Qual a diferença entre peculato e corrupção?
Ainda que o crime de peculato tenha relação com práticas corruptas, os dois tópicos constituem crimes diferentes para o direito brasileiro. A corrupção é o ato ou efeito de corromper-se, com a finalidade de obter vantagens em relação aos outros através de meios considerados ilegais.
De acordo com o artigo 333 do Código Penal, o crime de corrupção ativa é cometido por agente privado que oferece ou promete vantagem indevida a funcionário público, para determiná-lo a praticar, omitir ou retardar ato de ofício. Por se tratar de um crime cometido por agente privado, não apresenta semelhança com o crime de peculato.

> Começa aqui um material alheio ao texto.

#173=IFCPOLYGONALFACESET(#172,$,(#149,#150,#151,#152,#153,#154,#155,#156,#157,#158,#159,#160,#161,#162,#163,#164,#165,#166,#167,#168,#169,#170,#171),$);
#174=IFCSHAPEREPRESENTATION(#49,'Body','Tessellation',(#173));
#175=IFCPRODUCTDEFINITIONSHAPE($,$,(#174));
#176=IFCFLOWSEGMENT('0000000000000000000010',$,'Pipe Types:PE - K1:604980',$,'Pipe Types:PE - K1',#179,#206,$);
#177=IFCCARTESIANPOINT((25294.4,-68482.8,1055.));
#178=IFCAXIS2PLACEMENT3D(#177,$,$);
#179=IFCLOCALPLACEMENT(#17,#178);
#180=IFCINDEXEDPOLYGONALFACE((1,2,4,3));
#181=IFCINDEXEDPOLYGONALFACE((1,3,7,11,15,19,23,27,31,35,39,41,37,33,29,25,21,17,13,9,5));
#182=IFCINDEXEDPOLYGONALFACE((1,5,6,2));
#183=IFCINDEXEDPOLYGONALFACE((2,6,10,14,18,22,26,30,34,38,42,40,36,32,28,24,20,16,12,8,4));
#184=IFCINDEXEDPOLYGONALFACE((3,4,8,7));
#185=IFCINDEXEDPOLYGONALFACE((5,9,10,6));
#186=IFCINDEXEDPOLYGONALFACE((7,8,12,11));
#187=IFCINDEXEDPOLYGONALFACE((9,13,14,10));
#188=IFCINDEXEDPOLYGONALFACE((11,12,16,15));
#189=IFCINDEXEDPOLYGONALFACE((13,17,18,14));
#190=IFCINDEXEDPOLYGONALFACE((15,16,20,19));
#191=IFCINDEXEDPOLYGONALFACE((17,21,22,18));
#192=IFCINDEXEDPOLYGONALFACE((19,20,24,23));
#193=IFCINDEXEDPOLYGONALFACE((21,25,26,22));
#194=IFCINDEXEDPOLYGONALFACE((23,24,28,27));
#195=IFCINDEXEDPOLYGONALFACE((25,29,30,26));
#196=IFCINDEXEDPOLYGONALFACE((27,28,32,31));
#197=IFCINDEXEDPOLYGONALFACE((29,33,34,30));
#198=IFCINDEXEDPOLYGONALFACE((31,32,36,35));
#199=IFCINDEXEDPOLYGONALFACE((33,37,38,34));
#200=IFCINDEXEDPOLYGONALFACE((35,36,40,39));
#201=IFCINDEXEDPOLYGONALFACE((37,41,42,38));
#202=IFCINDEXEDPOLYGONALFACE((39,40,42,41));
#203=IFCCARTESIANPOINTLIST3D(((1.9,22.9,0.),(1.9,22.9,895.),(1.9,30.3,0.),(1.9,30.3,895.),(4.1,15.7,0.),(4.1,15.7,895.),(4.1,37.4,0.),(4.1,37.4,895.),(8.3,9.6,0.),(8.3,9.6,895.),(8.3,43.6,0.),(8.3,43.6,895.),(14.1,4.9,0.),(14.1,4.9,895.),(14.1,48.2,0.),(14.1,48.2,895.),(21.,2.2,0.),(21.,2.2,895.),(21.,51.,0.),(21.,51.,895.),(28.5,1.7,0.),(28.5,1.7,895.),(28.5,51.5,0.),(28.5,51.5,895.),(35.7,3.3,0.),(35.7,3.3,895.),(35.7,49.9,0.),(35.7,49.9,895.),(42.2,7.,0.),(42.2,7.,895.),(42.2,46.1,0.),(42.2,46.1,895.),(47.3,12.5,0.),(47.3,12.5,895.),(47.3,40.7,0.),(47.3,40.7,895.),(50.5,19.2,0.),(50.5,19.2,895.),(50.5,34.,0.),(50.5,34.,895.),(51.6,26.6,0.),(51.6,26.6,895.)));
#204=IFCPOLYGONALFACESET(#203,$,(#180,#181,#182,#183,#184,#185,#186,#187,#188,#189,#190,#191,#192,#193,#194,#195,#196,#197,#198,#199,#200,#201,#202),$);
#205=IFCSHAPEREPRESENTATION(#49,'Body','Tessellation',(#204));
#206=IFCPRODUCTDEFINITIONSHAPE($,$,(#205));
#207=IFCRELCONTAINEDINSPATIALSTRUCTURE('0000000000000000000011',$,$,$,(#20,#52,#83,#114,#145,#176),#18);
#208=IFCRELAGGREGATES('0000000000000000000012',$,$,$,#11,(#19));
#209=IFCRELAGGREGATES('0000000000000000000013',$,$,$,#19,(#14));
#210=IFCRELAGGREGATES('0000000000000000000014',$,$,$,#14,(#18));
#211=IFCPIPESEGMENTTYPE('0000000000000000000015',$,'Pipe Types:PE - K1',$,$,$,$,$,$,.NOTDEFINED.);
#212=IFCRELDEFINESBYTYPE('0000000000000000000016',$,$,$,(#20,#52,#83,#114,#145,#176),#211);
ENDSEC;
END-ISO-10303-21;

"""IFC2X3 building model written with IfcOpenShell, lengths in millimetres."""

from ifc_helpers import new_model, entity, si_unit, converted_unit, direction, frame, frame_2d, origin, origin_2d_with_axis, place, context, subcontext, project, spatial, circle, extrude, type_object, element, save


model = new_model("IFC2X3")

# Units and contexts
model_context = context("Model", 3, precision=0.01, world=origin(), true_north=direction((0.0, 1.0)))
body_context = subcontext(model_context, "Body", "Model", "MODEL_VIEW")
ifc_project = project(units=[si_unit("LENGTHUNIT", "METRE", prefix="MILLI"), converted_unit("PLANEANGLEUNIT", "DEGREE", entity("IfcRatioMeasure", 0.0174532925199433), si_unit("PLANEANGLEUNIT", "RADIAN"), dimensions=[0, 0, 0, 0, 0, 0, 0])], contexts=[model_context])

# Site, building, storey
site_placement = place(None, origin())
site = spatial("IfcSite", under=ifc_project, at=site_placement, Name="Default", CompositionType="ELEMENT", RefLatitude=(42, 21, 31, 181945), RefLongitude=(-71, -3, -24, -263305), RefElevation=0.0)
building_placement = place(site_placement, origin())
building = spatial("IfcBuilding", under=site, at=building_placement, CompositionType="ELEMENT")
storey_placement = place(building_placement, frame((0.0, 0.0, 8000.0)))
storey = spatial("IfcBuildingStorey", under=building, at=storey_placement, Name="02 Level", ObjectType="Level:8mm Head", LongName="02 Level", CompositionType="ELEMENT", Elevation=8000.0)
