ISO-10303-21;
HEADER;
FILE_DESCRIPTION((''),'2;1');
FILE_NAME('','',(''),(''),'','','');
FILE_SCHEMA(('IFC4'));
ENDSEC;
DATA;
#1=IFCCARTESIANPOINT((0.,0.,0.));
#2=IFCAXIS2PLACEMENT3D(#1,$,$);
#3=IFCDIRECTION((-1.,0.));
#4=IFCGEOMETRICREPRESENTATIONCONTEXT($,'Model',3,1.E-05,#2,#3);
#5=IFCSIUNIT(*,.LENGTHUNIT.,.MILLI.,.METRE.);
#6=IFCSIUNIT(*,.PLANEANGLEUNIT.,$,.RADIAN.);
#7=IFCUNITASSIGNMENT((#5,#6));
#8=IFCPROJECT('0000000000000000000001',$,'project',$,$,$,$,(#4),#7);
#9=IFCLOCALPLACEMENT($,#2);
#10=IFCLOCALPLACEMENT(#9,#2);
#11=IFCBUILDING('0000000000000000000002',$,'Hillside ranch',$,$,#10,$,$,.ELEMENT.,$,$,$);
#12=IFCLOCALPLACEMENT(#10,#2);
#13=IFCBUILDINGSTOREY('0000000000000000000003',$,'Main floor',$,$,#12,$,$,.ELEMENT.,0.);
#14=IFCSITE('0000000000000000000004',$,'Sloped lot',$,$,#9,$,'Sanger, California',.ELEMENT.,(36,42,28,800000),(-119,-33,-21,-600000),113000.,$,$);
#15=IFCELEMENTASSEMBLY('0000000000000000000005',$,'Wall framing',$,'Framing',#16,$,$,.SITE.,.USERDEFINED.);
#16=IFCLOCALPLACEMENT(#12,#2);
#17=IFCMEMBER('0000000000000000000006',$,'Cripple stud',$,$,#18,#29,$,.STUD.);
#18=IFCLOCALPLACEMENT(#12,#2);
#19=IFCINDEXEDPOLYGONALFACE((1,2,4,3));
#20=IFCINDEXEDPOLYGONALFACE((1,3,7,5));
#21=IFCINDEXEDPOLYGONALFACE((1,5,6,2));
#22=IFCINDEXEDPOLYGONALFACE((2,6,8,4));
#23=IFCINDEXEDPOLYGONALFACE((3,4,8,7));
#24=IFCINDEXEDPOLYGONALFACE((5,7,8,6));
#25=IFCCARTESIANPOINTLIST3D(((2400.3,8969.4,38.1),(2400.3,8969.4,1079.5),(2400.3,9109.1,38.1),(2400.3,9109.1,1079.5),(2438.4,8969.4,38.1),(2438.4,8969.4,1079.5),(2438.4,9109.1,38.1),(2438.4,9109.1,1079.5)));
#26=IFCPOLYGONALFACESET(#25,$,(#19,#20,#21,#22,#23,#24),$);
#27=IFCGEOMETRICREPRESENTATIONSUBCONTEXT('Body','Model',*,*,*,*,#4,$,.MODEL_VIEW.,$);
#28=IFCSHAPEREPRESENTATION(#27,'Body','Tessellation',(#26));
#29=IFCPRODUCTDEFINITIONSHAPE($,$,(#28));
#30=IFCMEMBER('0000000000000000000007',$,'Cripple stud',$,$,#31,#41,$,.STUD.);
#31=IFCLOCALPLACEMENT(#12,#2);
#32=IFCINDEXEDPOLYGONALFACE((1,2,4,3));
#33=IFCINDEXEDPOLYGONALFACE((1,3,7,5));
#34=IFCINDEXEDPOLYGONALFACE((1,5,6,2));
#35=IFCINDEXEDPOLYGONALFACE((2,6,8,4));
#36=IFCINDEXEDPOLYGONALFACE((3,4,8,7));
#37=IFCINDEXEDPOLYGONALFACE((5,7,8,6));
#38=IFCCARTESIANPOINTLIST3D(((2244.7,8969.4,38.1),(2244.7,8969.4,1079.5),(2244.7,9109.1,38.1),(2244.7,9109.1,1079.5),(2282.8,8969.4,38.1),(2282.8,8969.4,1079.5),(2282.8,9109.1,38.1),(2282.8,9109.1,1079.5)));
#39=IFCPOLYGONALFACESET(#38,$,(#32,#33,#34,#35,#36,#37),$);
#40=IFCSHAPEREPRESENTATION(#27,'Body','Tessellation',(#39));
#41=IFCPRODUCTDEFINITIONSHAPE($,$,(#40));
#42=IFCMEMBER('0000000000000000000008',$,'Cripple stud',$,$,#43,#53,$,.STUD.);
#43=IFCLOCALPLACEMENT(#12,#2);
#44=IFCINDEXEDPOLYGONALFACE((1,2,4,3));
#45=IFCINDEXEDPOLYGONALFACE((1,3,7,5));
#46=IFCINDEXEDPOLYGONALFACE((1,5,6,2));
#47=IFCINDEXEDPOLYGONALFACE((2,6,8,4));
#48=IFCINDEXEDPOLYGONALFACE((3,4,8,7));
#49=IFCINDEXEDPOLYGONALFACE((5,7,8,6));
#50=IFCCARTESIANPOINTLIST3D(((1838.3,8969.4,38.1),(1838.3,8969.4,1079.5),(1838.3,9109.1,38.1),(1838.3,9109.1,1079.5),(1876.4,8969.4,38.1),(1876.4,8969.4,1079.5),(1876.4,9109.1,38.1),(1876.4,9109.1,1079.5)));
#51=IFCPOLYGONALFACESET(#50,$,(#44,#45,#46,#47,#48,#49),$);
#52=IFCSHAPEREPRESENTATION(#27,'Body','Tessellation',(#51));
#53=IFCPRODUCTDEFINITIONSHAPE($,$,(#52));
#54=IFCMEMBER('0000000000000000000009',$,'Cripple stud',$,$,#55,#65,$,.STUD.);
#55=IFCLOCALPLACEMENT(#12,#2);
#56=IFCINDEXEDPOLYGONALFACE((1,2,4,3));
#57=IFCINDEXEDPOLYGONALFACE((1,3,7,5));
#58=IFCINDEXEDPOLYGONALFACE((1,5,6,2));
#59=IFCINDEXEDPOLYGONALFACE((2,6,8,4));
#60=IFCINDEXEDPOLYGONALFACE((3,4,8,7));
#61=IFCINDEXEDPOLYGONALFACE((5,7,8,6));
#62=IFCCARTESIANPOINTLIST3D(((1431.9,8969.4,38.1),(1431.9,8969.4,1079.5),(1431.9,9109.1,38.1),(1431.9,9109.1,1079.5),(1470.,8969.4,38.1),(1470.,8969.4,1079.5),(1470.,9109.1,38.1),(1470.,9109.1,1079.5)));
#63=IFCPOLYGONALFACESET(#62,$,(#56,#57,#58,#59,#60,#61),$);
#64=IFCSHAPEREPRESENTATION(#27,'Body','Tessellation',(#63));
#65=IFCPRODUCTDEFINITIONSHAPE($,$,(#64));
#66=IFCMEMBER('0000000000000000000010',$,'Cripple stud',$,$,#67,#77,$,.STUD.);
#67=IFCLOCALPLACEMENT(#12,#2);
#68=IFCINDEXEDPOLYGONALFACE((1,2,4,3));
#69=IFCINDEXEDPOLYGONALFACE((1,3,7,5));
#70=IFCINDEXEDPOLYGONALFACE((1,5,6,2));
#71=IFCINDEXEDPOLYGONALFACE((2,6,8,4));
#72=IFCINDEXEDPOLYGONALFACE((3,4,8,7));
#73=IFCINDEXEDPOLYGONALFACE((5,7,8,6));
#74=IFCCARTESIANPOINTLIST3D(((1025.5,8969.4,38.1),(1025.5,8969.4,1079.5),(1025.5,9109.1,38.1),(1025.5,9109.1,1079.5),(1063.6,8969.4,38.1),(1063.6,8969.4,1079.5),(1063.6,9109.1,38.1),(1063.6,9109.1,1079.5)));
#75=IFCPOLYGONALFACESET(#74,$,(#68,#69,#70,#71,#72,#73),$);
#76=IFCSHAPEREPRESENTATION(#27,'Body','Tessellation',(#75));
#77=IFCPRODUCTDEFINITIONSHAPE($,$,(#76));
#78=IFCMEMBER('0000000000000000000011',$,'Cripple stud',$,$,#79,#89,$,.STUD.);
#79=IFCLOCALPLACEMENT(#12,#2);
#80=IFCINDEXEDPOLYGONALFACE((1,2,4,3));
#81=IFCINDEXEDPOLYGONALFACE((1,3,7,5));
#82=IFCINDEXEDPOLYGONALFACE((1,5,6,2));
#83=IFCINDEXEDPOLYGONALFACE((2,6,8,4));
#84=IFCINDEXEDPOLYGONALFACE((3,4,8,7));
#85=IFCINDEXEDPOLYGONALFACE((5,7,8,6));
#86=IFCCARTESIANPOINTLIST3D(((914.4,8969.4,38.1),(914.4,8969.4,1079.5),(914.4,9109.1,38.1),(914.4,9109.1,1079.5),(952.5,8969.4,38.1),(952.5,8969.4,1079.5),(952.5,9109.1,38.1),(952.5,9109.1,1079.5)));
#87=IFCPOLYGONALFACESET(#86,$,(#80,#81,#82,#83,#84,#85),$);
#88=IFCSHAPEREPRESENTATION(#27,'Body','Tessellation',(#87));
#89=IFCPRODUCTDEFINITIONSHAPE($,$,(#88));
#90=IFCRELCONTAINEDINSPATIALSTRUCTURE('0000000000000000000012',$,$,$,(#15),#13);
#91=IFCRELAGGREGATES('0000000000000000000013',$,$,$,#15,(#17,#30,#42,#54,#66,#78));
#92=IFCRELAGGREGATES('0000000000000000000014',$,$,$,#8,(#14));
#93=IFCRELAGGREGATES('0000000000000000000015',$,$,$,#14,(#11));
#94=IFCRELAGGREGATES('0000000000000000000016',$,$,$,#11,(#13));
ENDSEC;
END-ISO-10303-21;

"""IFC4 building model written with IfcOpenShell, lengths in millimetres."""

from ifc_helpers import new_model, si_unit, direction, frame, origin, origin_with_axes, place, context, subcontext, project, spatial, polyline, outline, extrude, element, aggregate, save


model = new_model("IFC4")

# Units and contexts
model_context = context("Model", 3, precision=1e-05, world=origin(), true_north=direction((-1.0, 0.0)))
body_context = subcontext(model_context, "Body", "Model", "MODEL_VIEW")
ifc_project = project(units=[si_unit("LENGTHUNIT", "METRE", prefix="MILLI"), si_unit("PLANEANGLEUNIT", "RADIAN")], contexts=[model_context])

# Site, building, storey
site_placement = place(None, origin())
site = spatial("IfcSite", under=ifc_project, at=site_placement, Name="Sloped lot", LongName="Sanger, California", CompositionType="ELEMENT", RefLatitude=(36, 42, 28, 800000), RefLongitude=(-119, -33, -21, -600000), RefElevation=113000.0)
building_placement = place(site_placement, origin())
building = spatial("IfcBuilding", under=site, at=building_placement, Name="Hillside ranch", CompositionType="ELEMENT")
storey_placement = place(building_placement, origin())
storey = spatial("IfcBuildingStorey", under=building, at=storey_placement, Name="Main floor", CompositionType="ELEMENT", Elevation=0.0)

# Element assembly, members
assembly_placement = place(storey_placement, origin_with_axes())
assembly = element("IfcElementAssembly", 1, at=assembly_placement, inside=storey, Name="Wall framing", ObjectType="Framing", AssemblyPlace="SITE", PredefinedType="USERDEFINED")
member_1_placement = place(storey_placement, origin_with_axes())
member_1 = element("IfcMember", 2, at=member_1_placement, Name="Cripple stud", PredefinedType="STUD", context=body_context, shape_type="SweptSolid", body=[
    extrude(outline(polyline([(0.0, 0.0), (38.1, 0.0), (38.1, 139.7), (0.0, 139.7), (0.0, 0.0)])), frame((2438.4, 9109.1, 38.1), z_axis=(0.0, 0.0, 1.0), x_axis=(-1.0, 0.0, 0.0)), (0.0, 0.0, 1.0), 1041.4),
])
member_2_placement = place(storey_placement, origin_with_axes())
member_2 = element("IfcMember", 3, at=member_2_placement, Name="Cripple stud", PredefinedType="STUD", context=body_context, shape_type="SweptSolid", body=[
    extrude(outline(polyline([(0.0, 0.0), (38.1, 0.0), (38.1, 139.7), (0.0, 139.7), (0.0, 0.0)])), frame((2282.8, 9109.1, 38.1), z_axis=(0.0, 0.0, 1.0), x_axis=(-1.0, 0.0, 0.0)), (0.0, 0.0, 1.0), 1041.4),
])
member_3_placement = place(storey_placement, origin_with_axes())
member_3 = element("IfcMember", 4, at=member_3_placement, Name="Cripple stud", PredefinedType="STUD", context=body_context, shape_type="SweptSolid", body=[
    extrude(outline(polyline([(0.0, 0.0), (38.1, 0.0), (38.1, 139.7), (0.0, 139.7), (0.0, 0.0)])), frame((1876.4, 9109.1, 38.1), z_axis=(0.0, 0.0, 1.0), x_axis=(-1.0, 0.0, 0.0)), (0.0, 0.0, 1.0), 1041.4),
])
member_4_placement = place(storey_placement, origin_with_axes())
member_4 = element("IfcMember", 5, at=member_4_placement, Name="Cripple stud", PredefinedType="STUD", context=body_context, shape_type="SweptSolid", body=[
    extrude(outline(polyline([(0.0, 0.0), (38.1, 0.0), (38.1, 139.7), (0.0, 139.7), (0.0, 0.0)])), frame((1470.0, 9109.1, 38.1), z_axis=(0.0, 0.0, 1.0), x_axis=(-1.0, 0.0, 0.0)), (0.0, 0.0, 1.0), 1041.4),
])
member_5_placement = place(storey_placement, origin_with_axes())
member_5 = element("IfcMember", 6, at=member_5_placement, Name="Cripple stud", PredefinedType="STUD", context=body_context, shape_type="SweptSolid", body=[
    extrude(outline(polyline([(0.0, 0.0), (38.1, 0.0), (38.1, 139.7), (0.0, 139.7), (0.0, 0.0)])), frame((1063.6, 9109.1, 38.1), z_axis=(0.0, 0.0, 1.0), x_axis=(-1.0, 0.0, 0.0)), (0.0, 0.0, 1.0), 1041.4),
])
member_6_placement = place(storey_placement, origin_with_axes())
member_6 = element("IfcMember", 7, at=member_6_placement, Name="Cripple stud", PredefinedType="STUD", context=body_context, shape_type="SweptSolid", body=[
    extrude(outline(polyline([(0.0, 0.0), (38.1, 0.0), (38.1, 139.7), (0.0, 139.7), (0.0, 0.0)])), frame((952.5, 9109.1, 38.1), z_axis=(0.0, 0.0, 1.0), x_axis=(-1.0, 0.0, 0.0)), (0.0, 0.0, 1.0), 1041.4),
])
aggregate(assembly, [member_1, member_2, member_3, member_4, member_5, member_6])

save(model, "model.ifc")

A corrupção passiva, por sua vez, apresenta alguma semelhança em relação ao peculato, visto que ambos os crimes são cometidos apenas por funcionário público. No entanto, a corrupção passiva caracteriza-se pelo ato do funcionário público de solicitar ou receber vantagem ou promessa de vantagem em troca de algum tipo de favor ou benefício ao particular.
O funcionário público comete o crime de corrupção passiva quando pede ou recebe vantagem que não lhe era devida enquanto exercia seu cargo, diferente do crime de peculato, que representa a apropriação ou desvio de bem público. Todavia, não descarta-se a possibilidade de que os dois crimes ocorram em conjunto.

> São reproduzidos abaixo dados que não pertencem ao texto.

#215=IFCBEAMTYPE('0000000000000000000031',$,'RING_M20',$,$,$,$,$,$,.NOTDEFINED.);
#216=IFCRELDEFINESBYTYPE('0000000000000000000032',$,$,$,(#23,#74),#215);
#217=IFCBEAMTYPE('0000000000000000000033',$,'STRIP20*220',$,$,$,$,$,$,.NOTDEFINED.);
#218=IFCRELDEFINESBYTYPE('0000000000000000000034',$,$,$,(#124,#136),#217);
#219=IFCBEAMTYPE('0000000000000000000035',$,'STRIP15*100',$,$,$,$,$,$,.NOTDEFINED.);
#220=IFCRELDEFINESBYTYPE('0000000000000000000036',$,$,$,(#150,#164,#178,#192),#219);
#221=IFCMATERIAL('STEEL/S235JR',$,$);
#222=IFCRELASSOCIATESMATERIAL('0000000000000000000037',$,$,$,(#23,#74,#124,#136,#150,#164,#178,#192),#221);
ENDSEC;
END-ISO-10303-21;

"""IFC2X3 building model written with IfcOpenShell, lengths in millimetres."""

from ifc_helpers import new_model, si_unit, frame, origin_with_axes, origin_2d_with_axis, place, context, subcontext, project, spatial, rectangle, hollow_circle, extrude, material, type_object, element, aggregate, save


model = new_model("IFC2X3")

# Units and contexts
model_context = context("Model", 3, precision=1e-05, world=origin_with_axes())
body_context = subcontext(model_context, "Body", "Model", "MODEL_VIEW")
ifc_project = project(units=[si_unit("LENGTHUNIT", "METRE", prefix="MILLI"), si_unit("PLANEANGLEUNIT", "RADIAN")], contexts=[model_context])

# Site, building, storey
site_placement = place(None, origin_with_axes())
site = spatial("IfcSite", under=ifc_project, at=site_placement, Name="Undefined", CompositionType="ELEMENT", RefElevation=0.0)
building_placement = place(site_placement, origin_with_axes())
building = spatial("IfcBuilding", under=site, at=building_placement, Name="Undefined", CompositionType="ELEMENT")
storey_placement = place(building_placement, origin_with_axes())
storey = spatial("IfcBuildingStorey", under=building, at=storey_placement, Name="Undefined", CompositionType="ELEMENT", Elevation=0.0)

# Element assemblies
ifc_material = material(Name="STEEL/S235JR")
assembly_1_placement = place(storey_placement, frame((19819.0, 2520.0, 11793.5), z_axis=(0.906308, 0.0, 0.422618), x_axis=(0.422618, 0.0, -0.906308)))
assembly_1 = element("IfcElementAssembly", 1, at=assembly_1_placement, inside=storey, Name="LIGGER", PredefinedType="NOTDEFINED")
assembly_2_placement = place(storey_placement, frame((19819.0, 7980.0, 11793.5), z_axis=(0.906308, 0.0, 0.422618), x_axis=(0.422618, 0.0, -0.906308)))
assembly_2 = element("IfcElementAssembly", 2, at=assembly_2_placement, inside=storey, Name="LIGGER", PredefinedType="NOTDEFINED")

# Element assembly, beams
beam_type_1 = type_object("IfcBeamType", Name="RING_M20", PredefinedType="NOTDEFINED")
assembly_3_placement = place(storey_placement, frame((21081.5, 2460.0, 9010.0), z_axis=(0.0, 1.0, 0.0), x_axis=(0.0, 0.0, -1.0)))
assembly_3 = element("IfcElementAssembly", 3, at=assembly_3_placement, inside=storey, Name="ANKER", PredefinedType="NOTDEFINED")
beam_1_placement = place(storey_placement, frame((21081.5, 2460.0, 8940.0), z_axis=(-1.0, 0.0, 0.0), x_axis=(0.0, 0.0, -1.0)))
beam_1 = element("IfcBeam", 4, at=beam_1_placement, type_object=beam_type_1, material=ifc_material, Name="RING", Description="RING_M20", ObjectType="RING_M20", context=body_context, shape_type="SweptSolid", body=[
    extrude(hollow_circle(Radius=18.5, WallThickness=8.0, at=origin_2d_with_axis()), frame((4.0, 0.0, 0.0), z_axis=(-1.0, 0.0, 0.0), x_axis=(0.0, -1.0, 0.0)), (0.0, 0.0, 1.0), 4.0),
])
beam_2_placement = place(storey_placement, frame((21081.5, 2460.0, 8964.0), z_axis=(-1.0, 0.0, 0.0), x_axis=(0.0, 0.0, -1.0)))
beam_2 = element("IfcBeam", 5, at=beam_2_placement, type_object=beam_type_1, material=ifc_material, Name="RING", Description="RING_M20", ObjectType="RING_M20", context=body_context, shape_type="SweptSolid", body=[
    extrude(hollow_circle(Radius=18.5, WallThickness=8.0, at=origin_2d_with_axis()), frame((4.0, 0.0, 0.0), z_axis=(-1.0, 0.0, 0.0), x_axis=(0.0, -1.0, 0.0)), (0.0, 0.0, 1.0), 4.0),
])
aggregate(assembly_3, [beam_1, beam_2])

Qual a diferença entre peculato, apropriação indébita e improbidade administrativa?
O crime de apropriação indébita está previsto no artigo 168 do Código Penal e confere pena de reclusão, de um a quatro anos, e multa para aquele que apropriar-se de coisa alheia móvel, de que tem a posse ou a detenção.
Para a configuração deste tipo penal é preciso que existam três elementos: o ato de se apropriar de coisa móvel alheia; no momento da apropriação, o agente deve ter a posse ou detenção de coisa obtida por meio legítimo; e a intenção de ter a coisa para si.

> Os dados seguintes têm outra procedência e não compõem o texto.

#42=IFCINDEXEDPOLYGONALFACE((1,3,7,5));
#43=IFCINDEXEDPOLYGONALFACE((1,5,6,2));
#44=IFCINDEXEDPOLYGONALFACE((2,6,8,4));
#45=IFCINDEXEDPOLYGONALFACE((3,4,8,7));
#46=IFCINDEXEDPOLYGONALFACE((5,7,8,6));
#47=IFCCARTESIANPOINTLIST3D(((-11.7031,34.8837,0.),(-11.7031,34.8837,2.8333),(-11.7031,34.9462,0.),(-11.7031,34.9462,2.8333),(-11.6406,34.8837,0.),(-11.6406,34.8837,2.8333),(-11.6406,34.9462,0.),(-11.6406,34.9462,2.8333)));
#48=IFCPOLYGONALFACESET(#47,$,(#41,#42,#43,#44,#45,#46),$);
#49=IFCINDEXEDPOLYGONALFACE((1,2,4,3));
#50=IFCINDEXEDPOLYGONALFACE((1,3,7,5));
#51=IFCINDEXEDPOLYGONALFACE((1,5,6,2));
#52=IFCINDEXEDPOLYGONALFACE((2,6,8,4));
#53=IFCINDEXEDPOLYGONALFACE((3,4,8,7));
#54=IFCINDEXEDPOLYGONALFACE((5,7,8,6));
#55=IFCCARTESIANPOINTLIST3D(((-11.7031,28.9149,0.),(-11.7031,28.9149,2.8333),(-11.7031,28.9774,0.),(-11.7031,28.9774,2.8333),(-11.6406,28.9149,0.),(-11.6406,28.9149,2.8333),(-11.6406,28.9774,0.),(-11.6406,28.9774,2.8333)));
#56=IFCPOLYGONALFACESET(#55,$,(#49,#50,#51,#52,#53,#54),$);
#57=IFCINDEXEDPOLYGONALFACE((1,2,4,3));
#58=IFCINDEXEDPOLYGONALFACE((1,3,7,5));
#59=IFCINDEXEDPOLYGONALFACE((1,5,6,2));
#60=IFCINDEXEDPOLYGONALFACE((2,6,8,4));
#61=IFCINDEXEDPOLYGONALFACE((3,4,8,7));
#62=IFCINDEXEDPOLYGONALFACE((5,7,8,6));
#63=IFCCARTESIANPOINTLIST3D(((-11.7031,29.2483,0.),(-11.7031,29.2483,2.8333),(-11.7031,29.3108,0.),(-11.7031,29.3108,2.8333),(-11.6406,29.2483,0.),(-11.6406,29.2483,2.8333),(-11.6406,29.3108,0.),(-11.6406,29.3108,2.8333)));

Portanto, enquanto no peculato o autor deve ser um servidor público e a vítima deve ser a Administração Pública, na apropriação indébita não existe essa particularidade, o crime pode ser praticado por qualquer pessoa contra o patrimônio, inclusive por um particular. Além disso, o crime de apropriação indébita não existe na forma culposa.
O crime de improbidade administrativa representa o ato ilegal ou contrário aos principios básicos da Administração Pública, cometido por agente público durante o exercício de sua função. Porém, na improbidade administrativa ocorre uma infração civil, enquanto no peculato ocorre uma infração penal. Assim, é possível que o funcionário público responda pelo mesmo mesmo ato ilícito tanto na Justiça Civil quanto na Justiça Criminal.